*Directions*. Start at the first line of the listing below. Write out each line exactly, stopping after the one that contains "#31=IFCINDEXEDPOLYGONALFACE((5,7,8,6));".

*Input records*.
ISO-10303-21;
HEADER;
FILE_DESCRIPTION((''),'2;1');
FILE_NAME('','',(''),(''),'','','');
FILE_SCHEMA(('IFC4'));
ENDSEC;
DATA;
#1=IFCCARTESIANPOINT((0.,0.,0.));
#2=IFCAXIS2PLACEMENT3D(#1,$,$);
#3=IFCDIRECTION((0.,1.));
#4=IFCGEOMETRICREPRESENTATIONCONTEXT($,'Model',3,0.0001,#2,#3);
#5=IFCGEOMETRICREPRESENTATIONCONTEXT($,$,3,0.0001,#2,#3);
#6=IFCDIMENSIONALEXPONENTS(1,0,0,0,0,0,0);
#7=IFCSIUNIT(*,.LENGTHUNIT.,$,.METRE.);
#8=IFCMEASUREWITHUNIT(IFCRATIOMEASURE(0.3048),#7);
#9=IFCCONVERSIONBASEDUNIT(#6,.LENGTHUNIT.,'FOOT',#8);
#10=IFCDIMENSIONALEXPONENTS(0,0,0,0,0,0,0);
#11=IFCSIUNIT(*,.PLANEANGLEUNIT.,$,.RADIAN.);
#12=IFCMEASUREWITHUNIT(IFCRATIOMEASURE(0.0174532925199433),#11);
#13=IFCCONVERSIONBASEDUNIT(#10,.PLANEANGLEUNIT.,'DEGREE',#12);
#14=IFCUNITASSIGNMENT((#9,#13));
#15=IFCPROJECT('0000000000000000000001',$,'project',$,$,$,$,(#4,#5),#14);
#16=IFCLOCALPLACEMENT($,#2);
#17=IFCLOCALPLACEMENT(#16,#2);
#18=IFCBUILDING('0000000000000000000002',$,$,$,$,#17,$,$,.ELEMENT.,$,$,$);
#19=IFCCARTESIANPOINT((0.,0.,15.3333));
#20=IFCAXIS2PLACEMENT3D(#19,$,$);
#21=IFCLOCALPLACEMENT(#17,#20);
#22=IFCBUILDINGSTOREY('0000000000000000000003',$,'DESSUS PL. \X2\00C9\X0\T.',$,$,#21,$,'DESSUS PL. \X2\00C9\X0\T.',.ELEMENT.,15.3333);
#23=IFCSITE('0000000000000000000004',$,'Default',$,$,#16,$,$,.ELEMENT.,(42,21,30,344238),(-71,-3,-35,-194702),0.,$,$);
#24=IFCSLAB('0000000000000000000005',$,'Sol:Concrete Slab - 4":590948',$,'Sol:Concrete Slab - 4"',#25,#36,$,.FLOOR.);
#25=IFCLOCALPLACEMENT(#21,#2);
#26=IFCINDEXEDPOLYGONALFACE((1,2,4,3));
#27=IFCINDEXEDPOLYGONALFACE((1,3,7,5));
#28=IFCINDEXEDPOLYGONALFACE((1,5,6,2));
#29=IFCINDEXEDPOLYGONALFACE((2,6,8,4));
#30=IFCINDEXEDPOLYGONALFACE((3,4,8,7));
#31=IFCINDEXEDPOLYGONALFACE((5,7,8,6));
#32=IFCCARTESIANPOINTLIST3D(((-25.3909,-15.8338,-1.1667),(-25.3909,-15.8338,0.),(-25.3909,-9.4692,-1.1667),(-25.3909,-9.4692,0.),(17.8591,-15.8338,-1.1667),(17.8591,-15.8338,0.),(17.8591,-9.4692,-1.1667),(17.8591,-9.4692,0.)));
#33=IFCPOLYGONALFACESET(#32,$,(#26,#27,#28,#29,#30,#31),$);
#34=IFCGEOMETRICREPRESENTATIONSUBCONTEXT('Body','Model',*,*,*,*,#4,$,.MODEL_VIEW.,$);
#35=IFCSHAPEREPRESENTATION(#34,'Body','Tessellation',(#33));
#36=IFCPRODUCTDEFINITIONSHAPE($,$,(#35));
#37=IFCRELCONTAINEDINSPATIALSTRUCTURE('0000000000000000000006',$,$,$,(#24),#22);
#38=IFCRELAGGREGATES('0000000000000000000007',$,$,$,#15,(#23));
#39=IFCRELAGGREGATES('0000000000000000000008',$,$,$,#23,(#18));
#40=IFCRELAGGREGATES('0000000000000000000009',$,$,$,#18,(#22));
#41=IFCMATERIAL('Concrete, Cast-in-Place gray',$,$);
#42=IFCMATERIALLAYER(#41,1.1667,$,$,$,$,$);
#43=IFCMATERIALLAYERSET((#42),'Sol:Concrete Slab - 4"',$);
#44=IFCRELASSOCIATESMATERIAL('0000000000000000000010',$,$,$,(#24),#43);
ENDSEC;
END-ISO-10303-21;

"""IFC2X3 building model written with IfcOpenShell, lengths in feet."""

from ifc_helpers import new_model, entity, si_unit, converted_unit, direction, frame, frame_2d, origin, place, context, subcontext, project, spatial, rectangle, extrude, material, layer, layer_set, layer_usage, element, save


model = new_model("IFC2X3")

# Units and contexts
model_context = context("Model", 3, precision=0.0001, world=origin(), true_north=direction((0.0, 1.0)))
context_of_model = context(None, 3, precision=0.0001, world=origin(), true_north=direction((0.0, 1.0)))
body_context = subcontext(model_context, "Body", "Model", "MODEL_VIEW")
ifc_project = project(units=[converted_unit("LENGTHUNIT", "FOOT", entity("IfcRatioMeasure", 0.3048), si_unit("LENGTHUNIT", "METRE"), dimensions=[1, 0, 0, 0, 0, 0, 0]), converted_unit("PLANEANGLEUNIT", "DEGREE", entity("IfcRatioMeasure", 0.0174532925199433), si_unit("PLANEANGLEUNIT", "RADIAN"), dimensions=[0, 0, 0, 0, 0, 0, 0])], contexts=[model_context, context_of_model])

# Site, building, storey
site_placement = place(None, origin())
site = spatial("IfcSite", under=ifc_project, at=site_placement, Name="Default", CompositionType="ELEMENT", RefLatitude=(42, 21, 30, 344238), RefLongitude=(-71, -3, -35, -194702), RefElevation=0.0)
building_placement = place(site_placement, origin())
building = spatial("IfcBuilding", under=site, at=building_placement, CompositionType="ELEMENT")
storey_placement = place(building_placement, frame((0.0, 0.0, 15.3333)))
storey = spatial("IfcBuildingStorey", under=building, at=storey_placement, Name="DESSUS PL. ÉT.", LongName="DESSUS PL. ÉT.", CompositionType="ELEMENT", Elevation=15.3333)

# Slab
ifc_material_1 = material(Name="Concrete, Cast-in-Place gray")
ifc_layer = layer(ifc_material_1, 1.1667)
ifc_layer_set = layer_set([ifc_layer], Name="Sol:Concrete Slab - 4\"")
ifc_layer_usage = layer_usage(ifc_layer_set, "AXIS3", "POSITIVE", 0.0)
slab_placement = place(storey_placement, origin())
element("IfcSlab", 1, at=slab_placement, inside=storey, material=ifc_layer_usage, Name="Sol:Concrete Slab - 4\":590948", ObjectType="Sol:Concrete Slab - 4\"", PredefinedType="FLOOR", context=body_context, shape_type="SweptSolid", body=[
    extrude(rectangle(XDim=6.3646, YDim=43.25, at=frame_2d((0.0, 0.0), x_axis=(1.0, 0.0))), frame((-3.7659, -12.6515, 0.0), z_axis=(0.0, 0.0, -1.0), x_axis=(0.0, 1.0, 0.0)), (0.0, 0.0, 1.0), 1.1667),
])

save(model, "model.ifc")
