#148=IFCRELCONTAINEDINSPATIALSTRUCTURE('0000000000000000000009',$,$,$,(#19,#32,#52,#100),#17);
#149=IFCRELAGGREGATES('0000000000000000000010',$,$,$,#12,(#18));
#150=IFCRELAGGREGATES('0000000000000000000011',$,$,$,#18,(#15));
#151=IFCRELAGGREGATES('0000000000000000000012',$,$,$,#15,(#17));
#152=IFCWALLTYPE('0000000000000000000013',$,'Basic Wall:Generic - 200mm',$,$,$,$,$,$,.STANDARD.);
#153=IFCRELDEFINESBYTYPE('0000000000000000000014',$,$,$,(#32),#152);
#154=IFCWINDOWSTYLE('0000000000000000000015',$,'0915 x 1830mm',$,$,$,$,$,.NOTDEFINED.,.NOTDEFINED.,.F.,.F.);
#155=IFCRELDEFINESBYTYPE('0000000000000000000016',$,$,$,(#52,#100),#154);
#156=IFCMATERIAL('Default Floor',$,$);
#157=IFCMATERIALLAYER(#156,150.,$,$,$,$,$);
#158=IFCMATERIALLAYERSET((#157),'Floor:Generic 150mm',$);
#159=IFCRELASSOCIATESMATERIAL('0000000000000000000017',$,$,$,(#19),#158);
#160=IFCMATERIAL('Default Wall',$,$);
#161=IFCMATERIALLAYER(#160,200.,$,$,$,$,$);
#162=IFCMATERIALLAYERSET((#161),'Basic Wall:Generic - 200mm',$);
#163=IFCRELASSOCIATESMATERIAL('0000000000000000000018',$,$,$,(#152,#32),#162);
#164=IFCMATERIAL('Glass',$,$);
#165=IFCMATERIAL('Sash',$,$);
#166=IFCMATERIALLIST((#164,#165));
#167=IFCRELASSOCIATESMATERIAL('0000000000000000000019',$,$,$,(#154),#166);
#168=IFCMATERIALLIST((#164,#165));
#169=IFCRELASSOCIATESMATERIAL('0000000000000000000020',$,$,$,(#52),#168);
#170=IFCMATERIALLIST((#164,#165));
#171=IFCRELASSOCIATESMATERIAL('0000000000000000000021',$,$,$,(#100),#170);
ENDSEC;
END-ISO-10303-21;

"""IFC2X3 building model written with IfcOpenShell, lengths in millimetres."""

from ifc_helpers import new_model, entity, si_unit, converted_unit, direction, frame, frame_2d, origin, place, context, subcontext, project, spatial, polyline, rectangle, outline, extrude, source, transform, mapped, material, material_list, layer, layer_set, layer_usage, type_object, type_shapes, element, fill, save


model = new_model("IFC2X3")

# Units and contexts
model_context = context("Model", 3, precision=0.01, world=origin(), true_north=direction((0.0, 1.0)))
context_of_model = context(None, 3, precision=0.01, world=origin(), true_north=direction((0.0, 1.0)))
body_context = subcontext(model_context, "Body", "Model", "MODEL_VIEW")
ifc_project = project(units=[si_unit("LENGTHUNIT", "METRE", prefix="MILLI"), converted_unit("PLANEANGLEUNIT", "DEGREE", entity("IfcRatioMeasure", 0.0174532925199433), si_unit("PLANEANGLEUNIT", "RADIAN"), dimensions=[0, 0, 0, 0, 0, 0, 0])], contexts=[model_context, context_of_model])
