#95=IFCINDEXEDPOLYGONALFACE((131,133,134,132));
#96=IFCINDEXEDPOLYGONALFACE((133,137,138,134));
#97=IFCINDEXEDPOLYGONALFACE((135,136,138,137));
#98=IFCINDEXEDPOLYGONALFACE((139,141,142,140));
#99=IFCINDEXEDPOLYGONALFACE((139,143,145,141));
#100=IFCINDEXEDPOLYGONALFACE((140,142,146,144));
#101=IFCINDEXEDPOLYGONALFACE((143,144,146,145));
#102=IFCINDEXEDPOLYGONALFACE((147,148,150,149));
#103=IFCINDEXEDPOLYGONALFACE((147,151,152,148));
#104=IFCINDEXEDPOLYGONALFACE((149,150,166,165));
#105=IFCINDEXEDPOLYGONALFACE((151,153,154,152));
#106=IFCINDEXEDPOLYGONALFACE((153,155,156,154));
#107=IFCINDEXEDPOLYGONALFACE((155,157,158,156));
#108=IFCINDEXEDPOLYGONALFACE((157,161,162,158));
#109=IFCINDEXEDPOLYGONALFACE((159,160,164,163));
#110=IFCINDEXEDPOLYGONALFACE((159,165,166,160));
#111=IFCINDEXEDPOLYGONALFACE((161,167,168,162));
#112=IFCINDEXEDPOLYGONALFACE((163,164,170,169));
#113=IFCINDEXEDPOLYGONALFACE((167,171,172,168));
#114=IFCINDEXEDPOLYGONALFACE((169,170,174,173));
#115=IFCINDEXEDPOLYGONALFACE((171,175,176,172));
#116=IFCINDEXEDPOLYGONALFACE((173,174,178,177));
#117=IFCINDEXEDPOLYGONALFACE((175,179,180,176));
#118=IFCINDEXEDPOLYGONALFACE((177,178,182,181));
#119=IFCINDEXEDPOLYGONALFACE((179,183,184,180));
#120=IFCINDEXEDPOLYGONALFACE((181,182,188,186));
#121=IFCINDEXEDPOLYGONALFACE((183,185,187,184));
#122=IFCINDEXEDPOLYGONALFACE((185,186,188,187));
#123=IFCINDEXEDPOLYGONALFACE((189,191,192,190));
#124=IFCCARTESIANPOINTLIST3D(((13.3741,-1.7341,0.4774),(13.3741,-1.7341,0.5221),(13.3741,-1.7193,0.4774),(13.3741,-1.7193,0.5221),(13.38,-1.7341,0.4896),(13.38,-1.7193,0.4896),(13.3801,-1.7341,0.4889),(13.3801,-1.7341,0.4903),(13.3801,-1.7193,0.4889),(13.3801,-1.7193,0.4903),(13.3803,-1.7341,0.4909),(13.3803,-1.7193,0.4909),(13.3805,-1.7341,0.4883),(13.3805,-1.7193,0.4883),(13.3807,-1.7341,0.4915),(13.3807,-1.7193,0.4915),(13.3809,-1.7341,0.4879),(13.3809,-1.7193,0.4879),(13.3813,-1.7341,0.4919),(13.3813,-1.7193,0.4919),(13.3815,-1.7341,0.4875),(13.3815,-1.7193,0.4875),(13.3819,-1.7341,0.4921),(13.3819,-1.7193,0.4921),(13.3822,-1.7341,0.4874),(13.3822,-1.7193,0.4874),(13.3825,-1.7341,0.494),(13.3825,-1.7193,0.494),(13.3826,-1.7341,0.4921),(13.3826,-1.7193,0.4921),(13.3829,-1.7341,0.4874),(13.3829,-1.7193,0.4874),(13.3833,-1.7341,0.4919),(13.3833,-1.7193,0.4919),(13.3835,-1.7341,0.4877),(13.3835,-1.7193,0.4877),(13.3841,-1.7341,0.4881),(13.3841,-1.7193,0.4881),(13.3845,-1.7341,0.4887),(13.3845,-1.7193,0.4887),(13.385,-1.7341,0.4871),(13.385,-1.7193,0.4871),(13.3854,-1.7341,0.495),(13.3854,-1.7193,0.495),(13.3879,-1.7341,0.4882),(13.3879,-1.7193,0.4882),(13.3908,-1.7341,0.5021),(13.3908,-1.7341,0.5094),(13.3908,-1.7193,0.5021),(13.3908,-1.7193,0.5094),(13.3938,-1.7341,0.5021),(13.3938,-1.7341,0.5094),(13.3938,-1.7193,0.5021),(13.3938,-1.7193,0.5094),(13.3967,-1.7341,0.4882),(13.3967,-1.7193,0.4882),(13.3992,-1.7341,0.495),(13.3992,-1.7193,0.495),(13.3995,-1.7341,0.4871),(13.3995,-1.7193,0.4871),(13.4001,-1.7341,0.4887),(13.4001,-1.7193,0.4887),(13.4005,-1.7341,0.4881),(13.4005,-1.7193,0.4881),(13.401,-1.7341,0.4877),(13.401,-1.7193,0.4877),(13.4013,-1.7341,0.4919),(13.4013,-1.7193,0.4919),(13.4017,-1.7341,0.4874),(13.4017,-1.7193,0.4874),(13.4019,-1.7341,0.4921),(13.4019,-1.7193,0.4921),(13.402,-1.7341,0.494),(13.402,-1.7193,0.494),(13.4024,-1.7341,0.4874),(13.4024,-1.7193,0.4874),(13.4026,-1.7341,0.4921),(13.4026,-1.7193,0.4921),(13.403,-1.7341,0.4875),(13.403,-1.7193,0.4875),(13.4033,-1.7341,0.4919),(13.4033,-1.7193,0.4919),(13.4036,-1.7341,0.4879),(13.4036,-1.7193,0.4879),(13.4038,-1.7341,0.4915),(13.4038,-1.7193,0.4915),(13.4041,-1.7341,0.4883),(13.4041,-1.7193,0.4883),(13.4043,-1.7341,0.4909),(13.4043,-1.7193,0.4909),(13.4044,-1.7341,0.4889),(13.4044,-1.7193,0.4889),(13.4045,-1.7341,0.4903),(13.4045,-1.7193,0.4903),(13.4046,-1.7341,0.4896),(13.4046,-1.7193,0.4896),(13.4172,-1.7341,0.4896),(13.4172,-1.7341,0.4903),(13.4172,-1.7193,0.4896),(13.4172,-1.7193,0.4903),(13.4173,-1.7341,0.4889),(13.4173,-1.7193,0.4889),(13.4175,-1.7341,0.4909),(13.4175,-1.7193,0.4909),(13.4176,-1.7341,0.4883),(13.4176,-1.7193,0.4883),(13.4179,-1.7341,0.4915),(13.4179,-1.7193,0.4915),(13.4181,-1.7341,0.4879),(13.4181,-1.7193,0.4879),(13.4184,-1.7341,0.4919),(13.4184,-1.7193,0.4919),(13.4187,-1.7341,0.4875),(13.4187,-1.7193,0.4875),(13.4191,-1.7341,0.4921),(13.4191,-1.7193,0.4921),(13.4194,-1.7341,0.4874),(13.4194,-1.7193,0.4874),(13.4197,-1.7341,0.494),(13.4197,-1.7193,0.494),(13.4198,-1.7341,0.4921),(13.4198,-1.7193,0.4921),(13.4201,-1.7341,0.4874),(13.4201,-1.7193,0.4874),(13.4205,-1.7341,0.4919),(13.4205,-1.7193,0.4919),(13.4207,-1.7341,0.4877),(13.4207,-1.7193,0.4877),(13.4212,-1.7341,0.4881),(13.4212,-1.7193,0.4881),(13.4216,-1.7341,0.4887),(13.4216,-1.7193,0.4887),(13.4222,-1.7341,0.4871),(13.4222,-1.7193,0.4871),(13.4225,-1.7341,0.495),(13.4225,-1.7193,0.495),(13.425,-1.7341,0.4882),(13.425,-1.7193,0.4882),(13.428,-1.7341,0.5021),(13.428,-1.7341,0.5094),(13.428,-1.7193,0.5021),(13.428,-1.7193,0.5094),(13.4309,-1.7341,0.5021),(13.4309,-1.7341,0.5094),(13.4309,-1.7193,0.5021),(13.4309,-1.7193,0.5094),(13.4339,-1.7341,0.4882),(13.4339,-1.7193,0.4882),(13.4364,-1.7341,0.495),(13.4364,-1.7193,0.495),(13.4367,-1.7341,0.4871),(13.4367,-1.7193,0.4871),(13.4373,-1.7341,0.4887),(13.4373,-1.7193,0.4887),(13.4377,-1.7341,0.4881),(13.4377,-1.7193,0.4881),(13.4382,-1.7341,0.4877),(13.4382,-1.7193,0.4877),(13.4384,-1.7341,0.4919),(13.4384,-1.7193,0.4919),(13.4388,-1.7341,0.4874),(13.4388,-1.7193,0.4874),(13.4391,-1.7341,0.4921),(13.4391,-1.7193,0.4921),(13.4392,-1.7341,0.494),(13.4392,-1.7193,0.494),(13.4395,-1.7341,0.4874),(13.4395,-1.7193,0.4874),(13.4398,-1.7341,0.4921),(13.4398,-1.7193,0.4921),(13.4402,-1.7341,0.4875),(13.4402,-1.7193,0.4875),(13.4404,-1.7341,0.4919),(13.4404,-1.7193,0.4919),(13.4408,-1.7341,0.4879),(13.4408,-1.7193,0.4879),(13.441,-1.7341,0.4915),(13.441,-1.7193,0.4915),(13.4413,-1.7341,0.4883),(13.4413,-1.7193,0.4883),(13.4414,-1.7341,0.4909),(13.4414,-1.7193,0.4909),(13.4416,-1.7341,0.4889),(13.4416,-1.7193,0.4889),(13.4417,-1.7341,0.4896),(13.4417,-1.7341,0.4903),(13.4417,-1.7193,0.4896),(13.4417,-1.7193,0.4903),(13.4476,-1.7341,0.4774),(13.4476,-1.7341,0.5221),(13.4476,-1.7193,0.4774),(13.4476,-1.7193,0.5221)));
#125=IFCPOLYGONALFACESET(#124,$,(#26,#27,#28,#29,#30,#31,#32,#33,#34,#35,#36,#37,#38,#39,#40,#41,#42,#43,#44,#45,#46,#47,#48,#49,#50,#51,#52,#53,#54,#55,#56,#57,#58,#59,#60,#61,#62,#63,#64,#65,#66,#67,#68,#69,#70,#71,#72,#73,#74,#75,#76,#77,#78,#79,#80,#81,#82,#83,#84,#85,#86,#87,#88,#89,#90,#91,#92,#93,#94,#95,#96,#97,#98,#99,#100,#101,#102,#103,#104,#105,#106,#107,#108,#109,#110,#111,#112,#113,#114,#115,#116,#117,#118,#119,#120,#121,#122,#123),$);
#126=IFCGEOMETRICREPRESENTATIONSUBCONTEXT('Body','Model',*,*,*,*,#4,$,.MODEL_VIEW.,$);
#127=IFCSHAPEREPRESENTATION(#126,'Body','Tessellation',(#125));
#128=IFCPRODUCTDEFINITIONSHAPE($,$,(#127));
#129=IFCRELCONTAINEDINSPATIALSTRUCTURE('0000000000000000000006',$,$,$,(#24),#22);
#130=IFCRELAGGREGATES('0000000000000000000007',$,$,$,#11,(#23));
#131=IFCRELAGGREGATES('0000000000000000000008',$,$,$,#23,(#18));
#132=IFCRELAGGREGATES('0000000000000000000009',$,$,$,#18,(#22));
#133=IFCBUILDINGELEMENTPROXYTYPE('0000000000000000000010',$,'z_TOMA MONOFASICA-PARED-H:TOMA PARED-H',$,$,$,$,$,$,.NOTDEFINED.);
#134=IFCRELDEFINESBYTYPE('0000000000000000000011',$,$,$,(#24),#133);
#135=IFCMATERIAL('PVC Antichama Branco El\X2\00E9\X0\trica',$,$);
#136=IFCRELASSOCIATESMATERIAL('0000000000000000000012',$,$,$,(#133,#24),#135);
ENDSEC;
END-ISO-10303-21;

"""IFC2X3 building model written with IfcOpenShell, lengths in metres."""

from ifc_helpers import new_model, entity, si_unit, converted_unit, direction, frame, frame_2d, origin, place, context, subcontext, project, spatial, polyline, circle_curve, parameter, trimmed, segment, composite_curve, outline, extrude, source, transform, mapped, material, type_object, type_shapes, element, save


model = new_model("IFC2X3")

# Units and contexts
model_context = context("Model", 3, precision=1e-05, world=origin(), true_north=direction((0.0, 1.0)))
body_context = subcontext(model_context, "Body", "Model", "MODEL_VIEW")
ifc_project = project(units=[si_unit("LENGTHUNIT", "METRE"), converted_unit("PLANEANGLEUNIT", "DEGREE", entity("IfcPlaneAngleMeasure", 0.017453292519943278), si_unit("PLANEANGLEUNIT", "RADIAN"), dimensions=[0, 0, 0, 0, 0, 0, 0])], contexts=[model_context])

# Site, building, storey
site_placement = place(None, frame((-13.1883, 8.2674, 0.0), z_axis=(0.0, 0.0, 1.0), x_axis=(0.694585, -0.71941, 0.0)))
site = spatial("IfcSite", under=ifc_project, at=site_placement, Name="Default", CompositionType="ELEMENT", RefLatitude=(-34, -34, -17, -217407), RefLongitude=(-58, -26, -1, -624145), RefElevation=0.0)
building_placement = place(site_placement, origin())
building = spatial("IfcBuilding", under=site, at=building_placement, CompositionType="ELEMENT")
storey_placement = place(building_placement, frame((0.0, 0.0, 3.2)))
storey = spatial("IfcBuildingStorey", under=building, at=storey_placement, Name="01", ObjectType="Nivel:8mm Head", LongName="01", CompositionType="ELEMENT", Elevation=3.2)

*Task response*.
ISO-10303-21;
HEADER;
FILE_DESCRIPTION((''),'2;1');
FILE_NAME('','',(''),(''),'','','');
FILE_SCHEMA(('IFC4'));
ENDSEC;
DATA;
#1=IFCCARTESIANPOINT((0.,0.,0.));
#2=IFCAXIS2PLACEMENT3D(#1,$,$);
#3=IFCDIRECTION((0.,1.));
#4=IFCGEOMETRICREPRESENTATIONCONTEXT($,'Model',3,0.0001,#2,#3);
#5=IFCGEOMETRICREPRESENTATIONCONTEXT($,$,3,0.0001,#2,#3);
#6=IFCDIMENSIONALEXPONENTS(1,0,0,0,0,0,0);
#7=IFCSIUNIT(*,.LENGTHUNIT.,$,.METRE.);
#8=IFCMEASUREWITHUNIT(IFCRATIOMEASURE(0.3048),#7);
#9=IFCCONVERSIONBASEDUNIT(#6,.LENGTHUNIT.,'FOOT',#8);
#10=IFCDIMENSIONALEXPONENTS(0,0,0,0,0,0,0);
#11=IFCSIUNIT(*,.PLANEANGLEUNIT.,$,.RADIAN.);
#12=IFCMEASUREWITHUNIT(IFCRATIOMEASURE(0.0174532925199433),#11);
#13=IFCCONVERSIONBASEDUNIT(#10,.PLANEANGLEUNIT.,'DEGREE',#12);
#14=IFCUNITASSIGNMENT((#9,#13));
#15=IFCPROJECT('0000000000000000000001',$,'project',$,$,$,$,(#4,#5),#14);
#16=IFCLOCALPLACEMENT($,#2);
#17=IFCLOCALPLACEMENT(#16,#2);
#18=IFCBUILDING('0000000000000000000002',$,$,$,$,#17,$,$,.ELEMENT.,$,$,$);
#19=IFCCARTESIANPOINT((0.,0.,15.3333));
#20=IFCAXIS2PLACEMENT3D(#19,$,$);
#21=IFCLOCALPLACEMENT(#17,#20);
#22=IFCBUILDINGSTOREY('0000000000000000000003',$,'DESSUS PL. \X2\00C9\X0\T.',$,$,#21,$,'DESSUS PL. \X2\00C9\X0\T.',.ELEMENT.,15.3333);
#23=IFCSITE('0000000000000000000004',$,'Default',$,$,#16,$,$,.ELEMENT.,(42,21,30,344238),(-71,-3,-35,-194702),0.,$,$);
#24=IFCSLAB('0000000000000000000005',$,'Sol:Concrete Slab - 4":590948',$,'Sol:Concrete Slab - 4"',#25,#36,$,.FLOOR.);
#25=IFCLOCALPLACEMENT(#21,#2);
#26=IFCINDEXEDPOLYGONALFACE((1,2,4,3));
#27=IFCINDEXEDPOLYGONALFACE((1,3,7,5));
#28=IFCINDEXEDPOLYGONALFACE((1,5,6,2));
#29=IFCINDEXEDPOLYGONALFACE((2,6,8,4));
#30=IFCINDEXEDPOLYGONALFACE((3,4,8,7));
#31=IFCINDEXEDPOLYGONALFACE((5,7,8,6));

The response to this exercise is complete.